13. An information processing apparatus comprising:

at least one memory storing instructions, and

at least one processor configured to execute the instructions to;

acquire coding parameters at a plurality of timings of a video image distributed via a network; and

estimate reliability of results of analyzing information on a subject based on coding parameters of an area of a specific part of the subject at the plurality of timings.

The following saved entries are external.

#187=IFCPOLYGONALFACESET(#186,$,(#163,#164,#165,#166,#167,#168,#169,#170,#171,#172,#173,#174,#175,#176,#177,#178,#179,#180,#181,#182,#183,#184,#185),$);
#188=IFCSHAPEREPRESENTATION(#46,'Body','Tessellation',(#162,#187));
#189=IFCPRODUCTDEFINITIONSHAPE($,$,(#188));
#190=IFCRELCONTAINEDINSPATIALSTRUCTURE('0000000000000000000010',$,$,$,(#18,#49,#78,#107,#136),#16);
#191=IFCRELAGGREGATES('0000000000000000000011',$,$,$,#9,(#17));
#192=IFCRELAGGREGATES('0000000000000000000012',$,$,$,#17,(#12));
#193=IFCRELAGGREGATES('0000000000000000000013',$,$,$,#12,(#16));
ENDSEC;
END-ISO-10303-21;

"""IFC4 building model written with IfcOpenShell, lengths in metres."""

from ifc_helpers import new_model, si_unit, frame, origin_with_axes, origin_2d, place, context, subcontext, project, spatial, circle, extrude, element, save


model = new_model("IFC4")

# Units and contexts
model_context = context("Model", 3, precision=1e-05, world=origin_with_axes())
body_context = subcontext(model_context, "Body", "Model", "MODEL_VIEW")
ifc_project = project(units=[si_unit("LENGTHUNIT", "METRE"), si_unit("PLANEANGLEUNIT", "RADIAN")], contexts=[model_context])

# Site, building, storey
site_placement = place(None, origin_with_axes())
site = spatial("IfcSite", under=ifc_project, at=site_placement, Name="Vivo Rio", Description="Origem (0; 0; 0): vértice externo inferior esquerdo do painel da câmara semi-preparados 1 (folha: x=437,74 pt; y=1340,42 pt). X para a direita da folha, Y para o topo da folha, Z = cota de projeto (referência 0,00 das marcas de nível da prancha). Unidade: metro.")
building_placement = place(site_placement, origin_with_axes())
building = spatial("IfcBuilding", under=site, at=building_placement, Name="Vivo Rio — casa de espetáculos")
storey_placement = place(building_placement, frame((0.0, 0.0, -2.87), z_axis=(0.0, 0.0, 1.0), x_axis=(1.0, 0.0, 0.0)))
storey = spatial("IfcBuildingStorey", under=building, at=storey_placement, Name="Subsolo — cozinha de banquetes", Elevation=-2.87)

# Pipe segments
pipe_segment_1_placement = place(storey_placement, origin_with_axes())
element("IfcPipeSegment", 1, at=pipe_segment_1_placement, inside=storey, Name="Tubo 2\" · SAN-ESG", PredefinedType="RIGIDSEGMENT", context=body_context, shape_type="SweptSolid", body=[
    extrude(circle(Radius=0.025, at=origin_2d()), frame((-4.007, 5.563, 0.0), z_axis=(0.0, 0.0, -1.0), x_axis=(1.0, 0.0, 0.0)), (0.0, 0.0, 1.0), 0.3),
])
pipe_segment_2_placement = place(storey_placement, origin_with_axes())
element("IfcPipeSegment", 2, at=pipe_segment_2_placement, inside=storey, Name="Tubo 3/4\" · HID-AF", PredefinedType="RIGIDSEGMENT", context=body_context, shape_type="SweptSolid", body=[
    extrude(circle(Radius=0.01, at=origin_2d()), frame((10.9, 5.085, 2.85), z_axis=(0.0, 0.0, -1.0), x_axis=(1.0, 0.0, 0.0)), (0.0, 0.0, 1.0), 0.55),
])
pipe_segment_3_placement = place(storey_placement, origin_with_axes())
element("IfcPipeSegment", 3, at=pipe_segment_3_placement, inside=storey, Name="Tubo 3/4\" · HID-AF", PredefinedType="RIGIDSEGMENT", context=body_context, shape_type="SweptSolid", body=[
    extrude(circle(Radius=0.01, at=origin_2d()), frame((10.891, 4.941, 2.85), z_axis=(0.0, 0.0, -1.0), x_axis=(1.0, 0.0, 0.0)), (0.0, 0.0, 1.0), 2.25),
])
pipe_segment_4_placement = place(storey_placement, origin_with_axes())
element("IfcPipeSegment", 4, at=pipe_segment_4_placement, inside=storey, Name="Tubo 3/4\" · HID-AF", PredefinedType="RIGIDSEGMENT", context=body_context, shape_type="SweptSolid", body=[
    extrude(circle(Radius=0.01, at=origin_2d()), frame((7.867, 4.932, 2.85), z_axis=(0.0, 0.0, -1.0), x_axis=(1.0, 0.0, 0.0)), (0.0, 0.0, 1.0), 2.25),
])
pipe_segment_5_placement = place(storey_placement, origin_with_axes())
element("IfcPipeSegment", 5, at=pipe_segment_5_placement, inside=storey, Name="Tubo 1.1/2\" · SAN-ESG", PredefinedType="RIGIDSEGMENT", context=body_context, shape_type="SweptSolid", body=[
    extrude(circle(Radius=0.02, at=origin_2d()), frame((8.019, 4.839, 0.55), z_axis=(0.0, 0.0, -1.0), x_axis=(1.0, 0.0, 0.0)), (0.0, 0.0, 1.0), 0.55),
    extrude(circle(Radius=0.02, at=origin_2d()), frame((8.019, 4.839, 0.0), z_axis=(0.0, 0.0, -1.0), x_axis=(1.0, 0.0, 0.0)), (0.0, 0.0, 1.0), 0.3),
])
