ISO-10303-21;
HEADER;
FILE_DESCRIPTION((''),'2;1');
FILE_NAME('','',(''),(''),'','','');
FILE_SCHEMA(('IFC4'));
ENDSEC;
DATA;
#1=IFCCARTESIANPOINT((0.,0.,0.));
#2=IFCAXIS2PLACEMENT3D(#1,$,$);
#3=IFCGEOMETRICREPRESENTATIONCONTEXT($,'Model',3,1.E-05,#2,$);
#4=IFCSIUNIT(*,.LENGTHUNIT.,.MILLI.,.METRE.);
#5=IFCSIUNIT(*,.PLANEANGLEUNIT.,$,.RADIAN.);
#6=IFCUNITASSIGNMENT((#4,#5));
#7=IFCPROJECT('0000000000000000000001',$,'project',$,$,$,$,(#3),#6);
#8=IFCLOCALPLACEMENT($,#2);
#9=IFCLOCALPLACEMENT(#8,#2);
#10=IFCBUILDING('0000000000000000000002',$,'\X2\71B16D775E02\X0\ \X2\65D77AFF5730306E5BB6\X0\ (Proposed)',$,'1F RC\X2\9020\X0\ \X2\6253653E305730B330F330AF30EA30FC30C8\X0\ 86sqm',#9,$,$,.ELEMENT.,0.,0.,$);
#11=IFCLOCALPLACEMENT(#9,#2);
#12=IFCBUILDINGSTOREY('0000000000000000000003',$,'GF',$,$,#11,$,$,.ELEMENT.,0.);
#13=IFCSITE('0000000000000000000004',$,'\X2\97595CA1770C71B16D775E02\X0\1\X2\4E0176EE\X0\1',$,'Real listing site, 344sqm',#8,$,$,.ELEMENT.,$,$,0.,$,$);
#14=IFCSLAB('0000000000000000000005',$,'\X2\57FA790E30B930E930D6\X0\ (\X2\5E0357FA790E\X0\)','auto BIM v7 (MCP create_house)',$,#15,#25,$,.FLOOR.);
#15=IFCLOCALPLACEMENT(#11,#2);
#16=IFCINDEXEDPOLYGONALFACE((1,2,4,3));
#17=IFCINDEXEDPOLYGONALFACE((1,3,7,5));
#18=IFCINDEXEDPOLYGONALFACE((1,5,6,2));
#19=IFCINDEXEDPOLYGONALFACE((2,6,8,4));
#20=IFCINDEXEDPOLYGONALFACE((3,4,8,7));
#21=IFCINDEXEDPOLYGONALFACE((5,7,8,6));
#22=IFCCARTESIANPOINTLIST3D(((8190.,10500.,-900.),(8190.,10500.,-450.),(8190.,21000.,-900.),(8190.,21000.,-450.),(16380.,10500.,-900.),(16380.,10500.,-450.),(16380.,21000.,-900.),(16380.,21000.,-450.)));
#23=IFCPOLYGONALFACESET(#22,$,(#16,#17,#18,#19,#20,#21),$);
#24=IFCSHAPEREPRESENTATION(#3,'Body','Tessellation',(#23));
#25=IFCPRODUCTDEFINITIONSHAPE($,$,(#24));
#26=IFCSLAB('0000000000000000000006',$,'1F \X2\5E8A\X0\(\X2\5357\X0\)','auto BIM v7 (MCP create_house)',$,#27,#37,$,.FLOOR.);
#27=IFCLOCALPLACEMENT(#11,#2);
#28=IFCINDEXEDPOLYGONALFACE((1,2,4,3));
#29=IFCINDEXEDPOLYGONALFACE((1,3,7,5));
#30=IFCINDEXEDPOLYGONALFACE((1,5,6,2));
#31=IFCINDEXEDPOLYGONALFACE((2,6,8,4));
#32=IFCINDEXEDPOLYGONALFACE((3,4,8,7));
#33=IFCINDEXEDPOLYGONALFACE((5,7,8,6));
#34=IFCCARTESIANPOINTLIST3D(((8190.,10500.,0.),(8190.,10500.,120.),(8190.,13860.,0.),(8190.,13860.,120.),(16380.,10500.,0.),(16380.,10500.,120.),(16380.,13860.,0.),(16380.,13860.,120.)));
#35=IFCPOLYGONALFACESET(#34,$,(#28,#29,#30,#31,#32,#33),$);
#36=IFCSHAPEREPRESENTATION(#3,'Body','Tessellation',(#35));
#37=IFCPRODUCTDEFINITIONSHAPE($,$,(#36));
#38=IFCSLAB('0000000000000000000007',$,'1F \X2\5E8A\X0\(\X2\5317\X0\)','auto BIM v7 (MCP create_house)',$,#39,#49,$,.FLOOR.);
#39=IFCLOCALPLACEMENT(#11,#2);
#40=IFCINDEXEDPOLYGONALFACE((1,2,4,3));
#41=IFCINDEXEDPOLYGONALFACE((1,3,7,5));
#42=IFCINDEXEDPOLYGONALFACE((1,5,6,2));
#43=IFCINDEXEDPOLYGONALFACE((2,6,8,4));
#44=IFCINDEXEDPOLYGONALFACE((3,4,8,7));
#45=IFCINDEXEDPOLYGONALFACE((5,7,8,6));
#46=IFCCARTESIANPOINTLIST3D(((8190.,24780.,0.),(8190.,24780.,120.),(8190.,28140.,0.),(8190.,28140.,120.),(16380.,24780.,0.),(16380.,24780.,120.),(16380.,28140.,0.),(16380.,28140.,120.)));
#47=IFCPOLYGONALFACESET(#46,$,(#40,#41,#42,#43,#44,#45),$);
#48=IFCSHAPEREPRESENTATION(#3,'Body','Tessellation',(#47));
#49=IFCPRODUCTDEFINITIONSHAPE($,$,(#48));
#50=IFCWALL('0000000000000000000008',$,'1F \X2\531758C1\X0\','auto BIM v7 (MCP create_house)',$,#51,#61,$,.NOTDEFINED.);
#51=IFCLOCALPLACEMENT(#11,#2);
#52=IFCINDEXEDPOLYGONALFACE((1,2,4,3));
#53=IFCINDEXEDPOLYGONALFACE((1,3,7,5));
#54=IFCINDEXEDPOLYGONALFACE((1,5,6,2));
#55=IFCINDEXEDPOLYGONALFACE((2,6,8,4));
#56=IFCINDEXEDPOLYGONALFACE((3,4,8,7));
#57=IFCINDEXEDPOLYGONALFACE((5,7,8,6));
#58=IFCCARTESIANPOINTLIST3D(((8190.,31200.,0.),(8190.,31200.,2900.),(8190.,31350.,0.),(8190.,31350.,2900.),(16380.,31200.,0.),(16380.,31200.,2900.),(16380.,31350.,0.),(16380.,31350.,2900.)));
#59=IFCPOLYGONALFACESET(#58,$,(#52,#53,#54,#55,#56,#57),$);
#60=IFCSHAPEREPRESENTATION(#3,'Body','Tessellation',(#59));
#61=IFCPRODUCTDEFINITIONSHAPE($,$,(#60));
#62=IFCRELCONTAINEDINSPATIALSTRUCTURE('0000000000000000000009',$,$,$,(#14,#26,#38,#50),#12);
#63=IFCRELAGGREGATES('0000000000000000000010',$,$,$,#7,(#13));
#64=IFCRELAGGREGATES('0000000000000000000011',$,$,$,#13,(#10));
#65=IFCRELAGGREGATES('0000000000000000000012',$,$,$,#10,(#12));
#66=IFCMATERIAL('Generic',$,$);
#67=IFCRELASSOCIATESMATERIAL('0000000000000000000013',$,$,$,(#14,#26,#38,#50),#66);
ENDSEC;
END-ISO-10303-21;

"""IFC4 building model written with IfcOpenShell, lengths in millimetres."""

from ifc_helpers import new_model, si_unit, frame, frame_2d, origin, place, context, project, spatial, rectangle, extrude, material, element, save


model = new_model("IFC4")

# Units and contexts
model_context = context("Model", 3, precision=1e-05, world=origin())
ifc_project = project(units=[si_unit("LENGTHUNIT", "METRE", prefix="MILLI"), si_unit("PLANEANGLEUNIT", "RADIAN")], contexts=[model_context])

# Site, building, storey
site_placement = place(None, origin())
site = spatial("IfcSite", under=ifc_project, at=site_placement, Name="静岡県熱海市1丁目1", ObjectType="Real listing site, 344sqm", CompositionType="ELEMENT", RefElevation=0.0)
building_placement = place(site_placement, origin())
building = spatial("IfcBuilding", under=site, at=building_placement, Name="熱海市 旗竿地の家 (Proposed)", ObjectType="1F RC造 打放しコンクリート 86sqm", CompositionType="ELEMENT", ElevationOfRefHeight=0.0, ElevationOfTerrain=0.0)
storey_placement = place(building_placement, origin())
storey = spatial("IfcBuildingStorey", under=building, at=storey_placement, Name="GF", CompositionType="ELEMENT", Elevation=0.0)

# Slabs
ifc_material = material(Name="Generic")
slab_1_placement = place(storey_placement, frame((4095.0, 5250.0, -450.0)))
element("IfcSlab", 1, at=slab_1_placement, inside=storey, material=ifc_material, Name="基礎スラブ (布基礎)", Description="auto BIM v7 (MCP create_house)", PredefinedType="FLOOR", context=model_context, shape_type="SweptSolid", body=[
    extrude(rectangle(XDim=8190.0, YDim=10500.0, at=frame_2d((4095.0, 5250.0))), frame((4095.0, 5250.0, -450.0)), (0.0, 0.0, 1.0), 450.0),
])
slab_2_placement = place(storey_placement, frame((4095.0, 5250.0, 0.0)))
element("IfcSlab", 2, at=slab_2_placement, inside=storey, material=ifc_material, Name="1F 床(南)", Description="auto BIM v7 (MCP create_house)", PredefinedType="FLOOR", context=model_context, shape_type="SweptSolid", body=[
    extrude(rectangle(XDim=8190.0, YDim=3360.0, at=frame_2d((4095.0, 1680.0))), frame((4095.0, 5250.0, 0.0)), (0.0, 0.0, 1.0), 120.0),
])
slab_3_placement = place(storey_placement, frame((4095.0, 12390.0, 0.0)))
element("IfcSlab", 3, at=slab_3_placement, inside=storey, material=ifc_material, Name="1F 床(北)", Description="auto BIM v7 (MCP create_house)", PredefinedType="FLOOR", context=model_context, shape_type="SweptSolid", body=[
    extrude(rectangle(XDim=8190.0, YDim=3360.0, at=frame_2d((4095.0, 1680.0))), frame((4095.0, 12390.0, 0.0)), (0.0, 0.0, 1.0), 120.0),
])

# Wall
wall_1_placement = place(storey_placement, frame((4095.0, 15600.0, 0.0)))
element("IfcWall", 4, at=wall_1_placement, inside=storey, material=ifc_material, Name="1F 北壁", Description="auto BIM v7 (MCP create_house)", PredefinedType="NOTDEFINED", context=model_context, shape_type="SweptSolid", body=[
    extrude(rectangle(XDim=8190.0, YDim=150.0, at=frame_2d((4095.0, 75.0))), frame((4095.0, 15600.0, 0.0)), (0.0, 0.0, 1.0), 2900.0),
])

save(model, "model.ifc")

14. The information processing apparatus according to claim 13, wherein

the at least one processor is configured to estimate the reliability in a period including the plurality of timings based on the coding parameters at the plurality of timings, and

the at least one processor is configured to calculate information on the subject based on the estimated reliability and the video image of the area of the specific part in the period.

15. The information processing apparatus according to claim 14, wherein the at least one processor is configured to estimate the reliability in the period based on a first coding parameter at a first timing included in the period and a second coding parameter at a second timing included in the period.

16. The information processing apparatus according to claim 15, wherein the at least one processor is configured to determine the reliability in the period to become smaller as an amount of change between the first coding parameter and the second coding parameter becomes larger.

17. The information processing apparatus according to claim 14, wherein the at least one processor is configured to apply a weight in accordance with the reliability in the period on each of the values of the results of analyzing information on the subject based on the video image in the period, and estimates information on the subject based on a total value of the weighted values.

18. The information processing apparatus according to claim 13, wherein coding parameters at the plurality of timings include at least one of a bit rate of coding, a frame rate of coding, a quantization parameter of coding, or an area of each layer and a bitrate of hierarchical coding.